Source data —
◆ ◆ ◆ ◆ ◆

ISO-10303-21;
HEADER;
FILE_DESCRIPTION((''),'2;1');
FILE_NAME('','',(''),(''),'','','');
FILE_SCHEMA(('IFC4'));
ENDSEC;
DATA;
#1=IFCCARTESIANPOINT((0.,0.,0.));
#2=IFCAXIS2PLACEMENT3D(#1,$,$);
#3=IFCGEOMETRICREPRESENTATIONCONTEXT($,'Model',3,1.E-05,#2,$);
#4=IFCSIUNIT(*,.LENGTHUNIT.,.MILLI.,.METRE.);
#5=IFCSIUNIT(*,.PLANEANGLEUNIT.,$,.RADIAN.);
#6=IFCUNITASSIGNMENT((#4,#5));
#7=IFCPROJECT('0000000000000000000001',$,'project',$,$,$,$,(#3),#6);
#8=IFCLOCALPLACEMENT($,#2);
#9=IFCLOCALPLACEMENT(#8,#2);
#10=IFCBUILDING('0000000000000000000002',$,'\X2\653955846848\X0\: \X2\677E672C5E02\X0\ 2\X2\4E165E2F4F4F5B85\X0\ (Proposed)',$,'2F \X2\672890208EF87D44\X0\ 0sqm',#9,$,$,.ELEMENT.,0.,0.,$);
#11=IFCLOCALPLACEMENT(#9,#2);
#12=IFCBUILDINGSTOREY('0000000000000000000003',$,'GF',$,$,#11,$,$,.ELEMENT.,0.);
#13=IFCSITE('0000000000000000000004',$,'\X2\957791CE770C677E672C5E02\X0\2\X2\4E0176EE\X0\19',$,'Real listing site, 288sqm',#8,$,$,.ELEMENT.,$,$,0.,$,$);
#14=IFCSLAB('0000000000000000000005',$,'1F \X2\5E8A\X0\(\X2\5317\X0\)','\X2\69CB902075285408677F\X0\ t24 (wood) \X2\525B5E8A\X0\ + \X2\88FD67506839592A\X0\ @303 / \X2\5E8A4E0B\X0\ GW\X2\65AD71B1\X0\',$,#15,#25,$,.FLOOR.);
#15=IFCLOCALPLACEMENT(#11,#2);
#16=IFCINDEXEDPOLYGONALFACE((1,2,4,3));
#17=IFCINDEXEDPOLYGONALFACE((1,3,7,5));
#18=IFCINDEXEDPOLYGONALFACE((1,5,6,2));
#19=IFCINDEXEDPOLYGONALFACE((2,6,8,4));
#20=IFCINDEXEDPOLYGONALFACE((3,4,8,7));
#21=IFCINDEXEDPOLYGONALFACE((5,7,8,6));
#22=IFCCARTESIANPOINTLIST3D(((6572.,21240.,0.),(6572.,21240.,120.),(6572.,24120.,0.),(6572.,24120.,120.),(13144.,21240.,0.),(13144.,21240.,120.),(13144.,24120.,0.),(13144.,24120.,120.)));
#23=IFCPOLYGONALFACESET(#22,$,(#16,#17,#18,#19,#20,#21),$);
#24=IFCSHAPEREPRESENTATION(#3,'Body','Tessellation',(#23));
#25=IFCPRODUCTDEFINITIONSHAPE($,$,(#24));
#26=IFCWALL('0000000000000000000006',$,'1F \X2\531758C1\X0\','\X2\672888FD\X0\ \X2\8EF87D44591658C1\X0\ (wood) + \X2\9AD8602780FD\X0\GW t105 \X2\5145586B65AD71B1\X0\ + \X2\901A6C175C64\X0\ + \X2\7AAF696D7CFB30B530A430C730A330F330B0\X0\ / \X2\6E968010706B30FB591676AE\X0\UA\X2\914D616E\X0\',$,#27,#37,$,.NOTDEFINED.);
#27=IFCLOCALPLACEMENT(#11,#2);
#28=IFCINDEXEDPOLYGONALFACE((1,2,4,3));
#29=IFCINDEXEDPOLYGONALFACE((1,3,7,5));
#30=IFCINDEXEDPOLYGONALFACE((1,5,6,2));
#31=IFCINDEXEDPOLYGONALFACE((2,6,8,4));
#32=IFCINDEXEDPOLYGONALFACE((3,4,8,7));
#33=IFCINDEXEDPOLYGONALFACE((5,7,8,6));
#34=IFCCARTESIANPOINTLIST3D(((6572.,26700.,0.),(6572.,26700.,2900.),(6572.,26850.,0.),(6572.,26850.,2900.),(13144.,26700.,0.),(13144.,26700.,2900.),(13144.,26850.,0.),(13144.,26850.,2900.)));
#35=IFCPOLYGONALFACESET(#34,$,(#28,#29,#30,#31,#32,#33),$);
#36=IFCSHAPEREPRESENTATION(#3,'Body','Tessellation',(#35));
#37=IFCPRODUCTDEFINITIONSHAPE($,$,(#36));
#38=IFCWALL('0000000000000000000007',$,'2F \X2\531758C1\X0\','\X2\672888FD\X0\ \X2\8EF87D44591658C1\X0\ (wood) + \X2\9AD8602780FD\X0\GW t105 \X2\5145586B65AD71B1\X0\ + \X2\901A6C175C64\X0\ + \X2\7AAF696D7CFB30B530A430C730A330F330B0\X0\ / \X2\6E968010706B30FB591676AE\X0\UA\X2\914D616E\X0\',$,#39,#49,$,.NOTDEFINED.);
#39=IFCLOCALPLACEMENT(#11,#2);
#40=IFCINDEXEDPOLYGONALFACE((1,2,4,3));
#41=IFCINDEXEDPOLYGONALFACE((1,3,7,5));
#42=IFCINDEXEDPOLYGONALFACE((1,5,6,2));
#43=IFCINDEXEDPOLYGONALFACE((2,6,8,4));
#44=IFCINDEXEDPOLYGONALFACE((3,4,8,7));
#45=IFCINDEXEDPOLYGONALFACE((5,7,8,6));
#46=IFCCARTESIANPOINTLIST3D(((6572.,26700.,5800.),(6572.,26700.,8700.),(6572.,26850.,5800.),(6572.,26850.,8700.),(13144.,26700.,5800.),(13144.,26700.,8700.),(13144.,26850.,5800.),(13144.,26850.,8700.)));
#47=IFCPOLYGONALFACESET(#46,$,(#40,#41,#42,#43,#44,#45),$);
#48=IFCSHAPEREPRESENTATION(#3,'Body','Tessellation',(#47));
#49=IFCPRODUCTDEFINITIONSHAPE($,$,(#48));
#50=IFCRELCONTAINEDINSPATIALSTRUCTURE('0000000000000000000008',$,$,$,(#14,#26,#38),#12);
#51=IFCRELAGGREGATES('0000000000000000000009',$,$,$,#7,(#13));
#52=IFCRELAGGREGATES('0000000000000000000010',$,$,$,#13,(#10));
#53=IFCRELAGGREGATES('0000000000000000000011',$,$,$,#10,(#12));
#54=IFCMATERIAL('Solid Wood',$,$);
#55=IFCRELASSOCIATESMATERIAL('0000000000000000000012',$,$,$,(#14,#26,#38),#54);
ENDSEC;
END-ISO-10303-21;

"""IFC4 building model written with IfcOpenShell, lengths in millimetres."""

from ifc_helpers import new_model, si_unit, frame, frame_2d, origin, place, context, project, spatial, rectangle, extrude, material, element, save


model = new_model("IFC4")

# Units and contexts
model_context = context("Model", 3, precision=1e-05, world=origin())
ifc_project = project(units=[si_unit("LENGTHUNIT", "METRE", prefix="MILLI"), si_unit("PLANEANGLEUNIT", "RADIAN")], contexts=[model_context])

# Site, building, storey
site_placement = place(None, origin())
site = spatial("IfcSite", under=ifc_project, at=site_placement, Name="長野県松本市2丁目19", ObjectType="Real listing site, 288sqm", CompositionType="ELEMENT", RefElevation=0.0)
building_placement = place(site_placement, origin())
building = spatial("IfcBuilding", under=site, at=building_placement, Name="改善案: 松本市 2世帯住宅 (Proposed)", ObjectType="2F 木造軸組 0sqm", CompositionType="ELEMENT", ElevationOfRefHeight=0.0, ElevationOfTerrain=0.0)
storey_placement = place(building_placement, origin())
storey = spatial("IfcBuildingStorey", under=building, at=storey_placement, Name="GF", CompositionType="ELEMENT", Elevation=0.0)

# Slab
ifc_material_1 = material(Name="Solid Wood")
slab_1_placement = place(storey_placement, frame((3286.0, 10620.0, 0.0)))
element("IfcSlab", 1, at=slab_1_placement, inside=storey, material=ifc_material_1, Name="1F 床(北)", Description="構造用合板 t24 (wood) 剛床 + 製材根太 @303 / 床下 GW断熱", PredefinedType="FLOOR", context=model_context, shape_type="SweptSolid", body=[
    extrude(rectangle(XDim=6572.0, YDim=2880.0, at=frame_2d((3286.0, 1440.0))), frame((3286.0, 10620.0, 0.0)), (0.0, 0.0, 1.0), 120.0),
])

# Wall
wall_1_placement = place(storey_placement, frame((3286.0, 13350.0, 0.0)))
element("IfcWall", 2, at=wall_1_placement, inside=storey, material=ifc_material_1, Name="1F 北壁", Description="木製 軸組外壁 (wood) + 高性能GW t105 充填断熱 + 通気層 + 窯業系サイディング / 準耐火・外皮UA配慮", PredefinedType="NOTDEFINED", context=model_context, shape_type="SweptSolid", body=[
    extrude(rectangle(XDim=6572.0, YDim=150.0, at=frame_2d((3286.0, 75.0))), frame((3286.0, 13350.0, 0.0)), (0.0, 0.0, 1.0), 2900.0),
])

# Wall
wall_2_placement = place(storey_placement, frame((3286.0, 13350.0, 2900.0)))
element("IfcWall", 3, at=wall_2_placement, inside=storey, material=ifc_material_1, Name="2F 北壁", Description="木製 軸組外壁 (wood) + 高性能GW t105 充填断熱 + 通気層 + 窯業系サイディング / 準耐火・外皮UA配慮", PredefinedType="NOTDEFINED", context=model_context, shape_type="SweptSolid", body=[
    extrude(rectangle(XDim=6572.0, YDim=150.0, at=frame_2d((3286.0, 75.0))), frame((3286.0, 13350.0, 2900.0)), (0.0, 0.0, 1.0), 2900.0),
])

save(model, "model.ifc")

◆ ◆ ◆ ◆ ◆

Task to carry out —
Take the lines from the first line of the records through the line holding "#6=IFCUNITASSIGNMENT((#4,#5));", both included, and please reproduce them exactly with nothing added.

Written response —
ISO-10303-21;
HEADER;
FILE_DESCRIPTION((''),'2;1');
FILE_NAME('','',(''),(''),'','','');
FILE_SCHEMA(('IFC4'));
ENDSEC;
DATA;
#1=IFCCARTESIANPOINT((0.,0.,0.));
#2=IFCAXIS2PLACEMENT3D(#1,$,$);
#3=IFCGEOMETRICREPRESENTATIONCONTEXT($,'Model',3,1.E-05,#2,$);
#4=IFCSIUNIT(*,.LENGTHUNIT.,.MILLI.,.METRE.);
#5=IFCSIUNIT(*,.PLANEANGLEUNIT.,$,.RADIAN.);
#6=IFCUNITASSIGNMENT((#4,#5));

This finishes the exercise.